Mahmud Esad Coşan Hoca diyor ki;

Dünya hayatının fani zevkleri ve bitmez tükenmez meşgaleleri Müslümanı aldatmamalı. Şairin: “Râhat ister nefs, mihnettir ibadet serteser,

Terk-i râhat rağbet-i mihnet kılan mümtaz olur” dediği gibi insan tabiatı rahatlığa meyyaldir, ibadetler ise hep meşakkatli zahmetli bir yapıya sahiptir, ama imanı için çalışan, çile çeken, meşakkatlere göğüs geren, zorlukların üstüne yürüyen kimseler dünyada ve ahiratte makbul olurlar.

Nefse uymamalı; onun ekseriyetle insanlara dünya ve âhirette büyük zararlar verecek şeylere heves ettiği bilinerek, arzuları aklın süzgecinden geçirmeli, zararlarının karşısında direnilmelidir. Kanunî Süleyman bu gerçeği ne güzel dile getirmiş: “Nefs hazzın ey Muhibbî vermegil hayvan-sıfat, Zabt-ı nefs et, ârif ol, âlemde insanlık budur!”

Şeytanın insanı daima aldatmağa çalıştığı da unutulmamalıdır; hattâ bunun için bazan çok mâsum ve mantıkî görünen muhâkemeler de ileri sürdüğü suret-i haktan görünerek, salih kimseleri bile şaşırttığı, abidleri baştan çıkardığı iyi bilinmeli, daima uyanık ve tetikde bulunulmalı. Hizmetten geri kalmak hususunda hiçbir mazeret kabul edilmemelidir. En önemli prensibimiz gevşememek, gaflete düşmemek, her nefes alışverişte bile şuurlu ve ayık olmaktır.
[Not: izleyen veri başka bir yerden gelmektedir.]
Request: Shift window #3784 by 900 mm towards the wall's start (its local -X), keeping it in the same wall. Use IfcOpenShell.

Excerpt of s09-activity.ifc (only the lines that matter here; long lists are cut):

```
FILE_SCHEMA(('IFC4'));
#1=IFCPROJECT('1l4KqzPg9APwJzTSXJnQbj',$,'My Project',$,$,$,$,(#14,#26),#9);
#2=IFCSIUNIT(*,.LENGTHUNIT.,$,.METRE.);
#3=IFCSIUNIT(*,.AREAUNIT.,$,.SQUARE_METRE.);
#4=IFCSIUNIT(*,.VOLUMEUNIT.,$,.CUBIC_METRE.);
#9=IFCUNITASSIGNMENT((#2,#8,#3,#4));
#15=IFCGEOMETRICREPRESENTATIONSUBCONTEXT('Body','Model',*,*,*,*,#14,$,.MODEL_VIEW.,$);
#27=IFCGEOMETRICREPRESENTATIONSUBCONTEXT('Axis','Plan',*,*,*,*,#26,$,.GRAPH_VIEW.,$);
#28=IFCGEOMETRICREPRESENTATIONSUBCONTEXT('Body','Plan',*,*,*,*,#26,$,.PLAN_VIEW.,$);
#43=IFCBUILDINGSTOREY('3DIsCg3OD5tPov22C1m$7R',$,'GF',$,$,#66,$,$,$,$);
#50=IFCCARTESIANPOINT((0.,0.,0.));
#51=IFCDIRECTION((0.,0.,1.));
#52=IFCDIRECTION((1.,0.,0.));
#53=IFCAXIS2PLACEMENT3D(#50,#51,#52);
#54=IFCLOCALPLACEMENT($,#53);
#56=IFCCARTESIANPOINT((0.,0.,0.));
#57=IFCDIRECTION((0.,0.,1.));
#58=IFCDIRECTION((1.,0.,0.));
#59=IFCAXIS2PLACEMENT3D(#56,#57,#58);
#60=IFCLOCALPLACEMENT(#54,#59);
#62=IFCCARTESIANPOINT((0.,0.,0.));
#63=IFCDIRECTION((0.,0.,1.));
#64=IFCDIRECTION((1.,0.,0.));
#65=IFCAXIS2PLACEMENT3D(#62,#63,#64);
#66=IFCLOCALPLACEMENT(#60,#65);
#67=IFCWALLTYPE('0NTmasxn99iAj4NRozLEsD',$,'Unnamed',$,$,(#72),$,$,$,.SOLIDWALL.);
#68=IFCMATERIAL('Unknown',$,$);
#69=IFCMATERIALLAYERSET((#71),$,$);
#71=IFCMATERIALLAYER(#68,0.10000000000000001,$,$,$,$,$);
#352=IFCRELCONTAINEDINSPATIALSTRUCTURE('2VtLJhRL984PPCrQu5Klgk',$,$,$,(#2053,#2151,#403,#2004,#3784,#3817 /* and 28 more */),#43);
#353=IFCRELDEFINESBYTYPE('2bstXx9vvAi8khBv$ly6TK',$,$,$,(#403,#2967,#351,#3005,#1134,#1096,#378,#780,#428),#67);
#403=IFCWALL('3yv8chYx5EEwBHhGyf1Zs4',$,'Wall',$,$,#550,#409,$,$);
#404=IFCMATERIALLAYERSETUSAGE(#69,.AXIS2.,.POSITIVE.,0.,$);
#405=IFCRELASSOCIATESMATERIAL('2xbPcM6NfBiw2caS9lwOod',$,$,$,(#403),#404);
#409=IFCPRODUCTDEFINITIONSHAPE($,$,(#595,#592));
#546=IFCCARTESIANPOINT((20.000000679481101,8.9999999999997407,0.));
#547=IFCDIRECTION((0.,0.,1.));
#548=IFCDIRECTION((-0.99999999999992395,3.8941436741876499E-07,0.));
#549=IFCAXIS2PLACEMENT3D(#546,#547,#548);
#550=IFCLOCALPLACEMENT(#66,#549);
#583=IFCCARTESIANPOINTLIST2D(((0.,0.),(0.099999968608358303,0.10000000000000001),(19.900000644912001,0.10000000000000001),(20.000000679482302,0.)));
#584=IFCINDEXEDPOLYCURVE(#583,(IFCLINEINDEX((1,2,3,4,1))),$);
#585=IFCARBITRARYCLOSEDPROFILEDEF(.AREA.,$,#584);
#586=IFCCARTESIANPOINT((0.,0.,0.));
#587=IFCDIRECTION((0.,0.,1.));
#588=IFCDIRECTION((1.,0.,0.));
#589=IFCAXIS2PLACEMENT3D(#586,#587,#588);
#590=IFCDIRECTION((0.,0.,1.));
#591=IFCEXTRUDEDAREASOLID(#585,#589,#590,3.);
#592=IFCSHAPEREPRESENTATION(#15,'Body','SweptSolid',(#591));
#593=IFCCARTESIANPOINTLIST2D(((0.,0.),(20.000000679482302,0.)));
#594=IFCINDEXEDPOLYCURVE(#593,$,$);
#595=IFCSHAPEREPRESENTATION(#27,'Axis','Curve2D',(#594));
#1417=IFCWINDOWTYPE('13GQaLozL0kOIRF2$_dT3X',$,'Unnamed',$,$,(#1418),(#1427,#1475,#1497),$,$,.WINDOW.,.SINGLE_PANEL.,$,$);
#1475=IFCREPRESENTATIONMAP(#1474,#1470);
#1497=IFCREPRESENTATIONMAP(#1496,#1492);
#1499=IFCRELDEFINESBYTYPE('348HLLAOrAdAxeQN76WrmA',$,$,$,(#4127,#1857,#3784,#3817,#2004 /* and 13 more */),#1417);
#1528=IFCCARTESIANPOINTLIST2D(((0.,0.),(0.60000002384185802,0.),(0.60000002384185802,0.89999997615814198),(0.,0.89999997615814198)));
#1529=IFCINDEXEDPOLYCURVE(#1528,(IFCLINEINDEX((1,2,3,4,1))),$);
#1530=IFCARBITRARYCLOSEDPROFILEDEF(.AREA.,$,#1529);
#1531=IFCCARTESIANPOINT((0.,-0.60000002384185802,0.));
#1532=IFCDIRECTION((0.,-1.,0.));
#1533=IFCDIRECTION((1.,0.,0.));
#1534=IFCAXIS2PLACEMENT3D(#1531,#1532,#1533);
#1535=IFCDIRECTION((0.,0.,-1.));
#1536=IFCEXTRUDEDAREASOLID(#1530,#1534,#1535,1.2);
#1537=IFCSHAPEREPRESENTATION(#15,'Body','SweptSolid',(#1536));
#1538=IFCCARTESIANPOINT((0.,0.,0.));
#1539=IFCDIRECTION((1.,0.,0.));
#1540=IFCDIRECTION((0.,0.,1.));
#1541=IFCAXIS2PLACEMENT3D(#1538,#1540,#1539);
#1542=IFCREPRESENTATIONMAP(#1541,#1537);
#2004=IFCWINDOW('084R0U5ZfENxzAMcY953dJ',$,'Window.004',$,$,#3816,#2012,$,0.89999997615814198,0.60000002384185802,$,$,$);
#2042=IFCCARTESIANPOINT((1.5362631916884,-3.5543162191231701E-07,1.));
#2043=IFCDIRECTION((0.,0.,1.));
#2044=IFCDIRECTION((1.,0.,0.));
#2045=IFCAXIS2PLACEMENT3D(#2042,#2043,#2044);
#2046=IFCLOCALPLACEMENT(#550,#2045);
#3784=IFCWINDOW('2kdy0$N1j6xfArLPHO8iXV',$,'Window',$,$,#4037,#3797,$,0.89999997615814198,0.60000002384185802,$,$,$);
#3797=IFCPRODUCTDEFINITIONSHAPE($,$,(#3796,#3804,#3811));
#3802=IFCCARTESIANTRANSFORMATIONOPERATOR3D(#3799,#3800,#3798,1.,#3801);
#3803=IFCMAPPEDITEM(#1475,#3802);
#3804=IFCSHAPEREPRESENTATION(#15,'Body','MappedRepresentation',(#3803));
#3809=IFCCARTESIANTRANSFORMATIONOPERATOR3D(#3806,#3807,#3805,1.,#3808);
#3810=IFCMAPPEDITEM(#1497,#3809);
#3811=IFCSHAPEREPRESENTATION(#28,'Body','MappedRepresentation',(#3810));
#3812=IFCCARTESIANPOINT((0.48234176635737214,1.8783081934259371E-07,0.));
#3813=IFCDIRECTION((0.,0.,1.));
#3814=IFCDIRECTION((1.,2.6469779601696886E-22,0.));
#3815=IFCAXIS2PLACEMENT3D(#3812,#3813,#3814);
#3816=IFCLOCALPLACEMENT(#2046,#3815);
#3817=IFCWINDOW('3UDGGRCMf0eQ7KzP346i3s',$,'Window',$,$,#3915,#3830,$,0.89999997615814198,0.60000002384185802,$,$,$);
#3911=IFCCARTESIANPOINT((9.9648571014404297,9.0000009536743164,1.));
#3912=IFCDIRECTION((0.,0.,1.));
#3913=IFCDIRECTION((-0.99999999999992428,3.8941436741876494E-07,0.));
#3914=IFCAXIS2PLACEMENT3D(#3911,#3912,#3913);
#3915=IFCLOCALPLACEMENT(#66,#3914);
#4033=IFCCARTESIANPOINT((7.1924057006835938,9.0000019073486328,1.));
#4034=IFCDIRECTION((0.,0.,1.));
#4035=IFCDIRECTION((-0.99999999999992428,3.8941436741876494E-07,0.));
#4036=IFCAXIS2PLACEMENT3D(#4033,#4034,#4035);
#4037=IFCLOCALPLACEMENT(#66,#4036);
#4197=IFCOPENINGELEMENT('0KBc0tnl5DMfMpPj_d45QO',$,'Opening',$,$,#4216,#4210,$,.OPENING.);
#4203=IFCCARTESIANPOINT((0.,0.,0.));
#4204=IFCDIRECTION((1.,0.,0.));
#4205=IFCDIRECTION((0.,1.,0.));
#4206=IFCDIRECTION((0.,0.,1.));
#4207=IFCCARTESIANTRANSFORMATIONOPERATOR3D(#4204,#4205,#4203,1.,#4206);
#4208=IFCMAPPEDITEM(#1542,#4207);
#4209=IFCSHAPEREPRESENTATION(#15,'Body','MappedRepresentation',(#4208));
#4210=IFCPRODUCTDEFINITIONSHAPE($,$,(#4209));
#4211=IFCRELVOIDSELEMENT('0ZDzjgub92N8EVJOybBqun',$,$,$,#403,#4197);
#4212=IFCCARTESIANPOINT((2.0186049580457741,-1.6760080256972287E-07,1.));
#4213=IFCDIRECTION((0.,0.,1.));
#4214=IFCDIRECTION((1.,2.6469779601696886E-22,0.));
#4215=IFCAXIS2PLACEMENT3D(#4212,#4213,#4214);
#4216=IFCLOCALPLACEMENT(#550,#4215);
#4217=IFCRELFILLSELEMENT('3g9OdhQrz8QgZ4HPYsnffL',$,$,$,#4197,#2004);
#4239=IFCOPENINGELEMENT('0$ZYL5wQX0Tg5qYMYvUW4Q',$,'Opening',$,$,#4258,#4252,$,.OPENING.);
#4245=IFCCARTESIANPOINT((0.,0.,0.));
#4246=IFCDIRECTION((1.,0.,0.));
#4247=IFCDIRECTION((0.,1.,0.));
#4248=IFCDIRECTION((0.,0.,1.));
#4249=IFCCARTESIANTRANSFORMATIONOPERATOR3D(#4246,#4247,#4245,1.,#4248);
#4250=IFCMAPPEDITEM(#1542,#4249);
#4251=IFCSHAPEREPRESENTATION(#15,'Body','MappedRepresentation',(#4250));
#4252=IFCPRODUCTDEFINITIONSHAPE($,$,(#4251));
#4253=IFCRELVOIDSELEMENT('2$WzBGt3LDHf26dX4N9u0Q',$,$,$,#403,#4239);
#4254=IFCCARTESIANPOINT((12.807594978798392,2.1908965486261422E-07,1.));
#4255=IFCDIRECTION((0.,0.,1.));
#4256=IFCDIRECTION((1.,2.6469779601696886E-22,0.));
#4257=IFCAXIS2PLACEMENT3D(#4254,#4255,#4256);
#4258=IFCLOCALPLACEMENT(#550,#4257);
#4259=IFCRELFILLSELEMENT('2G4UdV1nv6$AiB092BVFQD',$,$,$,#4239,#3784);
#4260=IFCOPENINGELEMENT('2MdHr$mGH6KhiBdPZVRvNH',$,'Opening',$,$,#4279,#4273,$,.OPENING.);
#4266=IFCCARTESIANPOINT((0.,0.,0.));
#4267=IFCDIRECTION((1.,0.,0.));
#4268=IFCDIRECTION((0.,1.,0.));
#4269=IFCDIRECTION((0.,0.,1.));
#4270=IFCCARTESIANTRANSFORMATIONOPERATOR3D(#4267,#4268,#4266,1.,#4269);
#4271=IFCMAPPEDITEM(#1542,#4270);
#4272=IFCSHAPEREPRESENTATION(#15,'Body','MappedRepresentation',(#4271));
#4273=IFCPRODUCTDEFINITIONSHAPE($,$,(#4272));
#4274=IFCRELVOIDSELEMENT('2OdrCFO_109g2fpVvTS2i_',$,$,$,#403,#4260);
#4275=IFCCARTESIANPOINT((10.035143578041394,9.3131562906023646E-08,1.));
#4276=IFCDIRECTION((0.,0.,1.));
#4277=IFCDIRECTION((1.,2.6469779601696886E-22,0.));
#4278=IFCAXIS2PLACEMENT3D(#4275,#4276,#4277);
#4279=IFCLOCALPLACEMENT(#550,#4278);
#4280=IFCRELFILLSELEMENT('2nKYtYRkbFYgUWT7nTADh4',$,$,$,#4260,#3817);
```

```python
import ifcopenshell
import ifcopenshell.api.geometry
import ifcopenshell.util.placement
import ifcopenshell.util.unit

model = ifcopenshell.open("s09-activity.ifc")
unit_scale = ifcopenshell.util.unit.calculate_unit_scale(model)

window = model.by_guid("2kdy0$N1j6xfArLPHO8iXV")
opening = window.FillsVoids[0].RelatingOpeningElement
wall = opening.VoidsElements[0].RelatingBuildingElement

wall_matrix = ifcopenshell.util.placement.get_local_placement(wall.ObjectPlacement)
shift = wall_matrix[:3, 0] * -0.9 / unit_scale
before = ifcopenshell.util.placement.get_local_placement(window.ObjectPlacement)[:3, 3].copy()

# The window is not placed relative to its opening, so move both.
for product in (opening, window):
    matrix = ifcopenshell.util.placement.get_local_placement(product.ObjectPlacement)
    matrix[:3, 3] += shift
    ifcopenshell.api.geometry.edit_object_placement(model, product=product, matrix=matrix, is_si=False)

after = ifcopenshell.util.placement.get_local_placement(window.ObjectPlacement)[:3, 3]
print("window moved by", (after - before).round(3) + 0.0)

model.write("s09-activity_updated.ifc")
```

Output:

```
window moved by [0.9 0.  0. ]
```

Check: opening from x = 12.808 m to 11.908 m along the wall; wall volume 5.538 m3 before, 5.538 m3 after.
“İbadetin makbulu az da olsa devamlı yapılanadır” gerçeğini daima hatırda tutmalıyız; günden güne terakkî esas iken, bilakis gerilememeli, sahip olduğumuz hal, mevki ve makamı kaybetmemeliyiz. Hayatın ömür boyunca süren sürekli bir mücadele ve çalışma olduğunu, duranın düşeceğini, hareketin hareket getirdiğini kendi kendimize tekrar tekrar hatırlatmalıyız.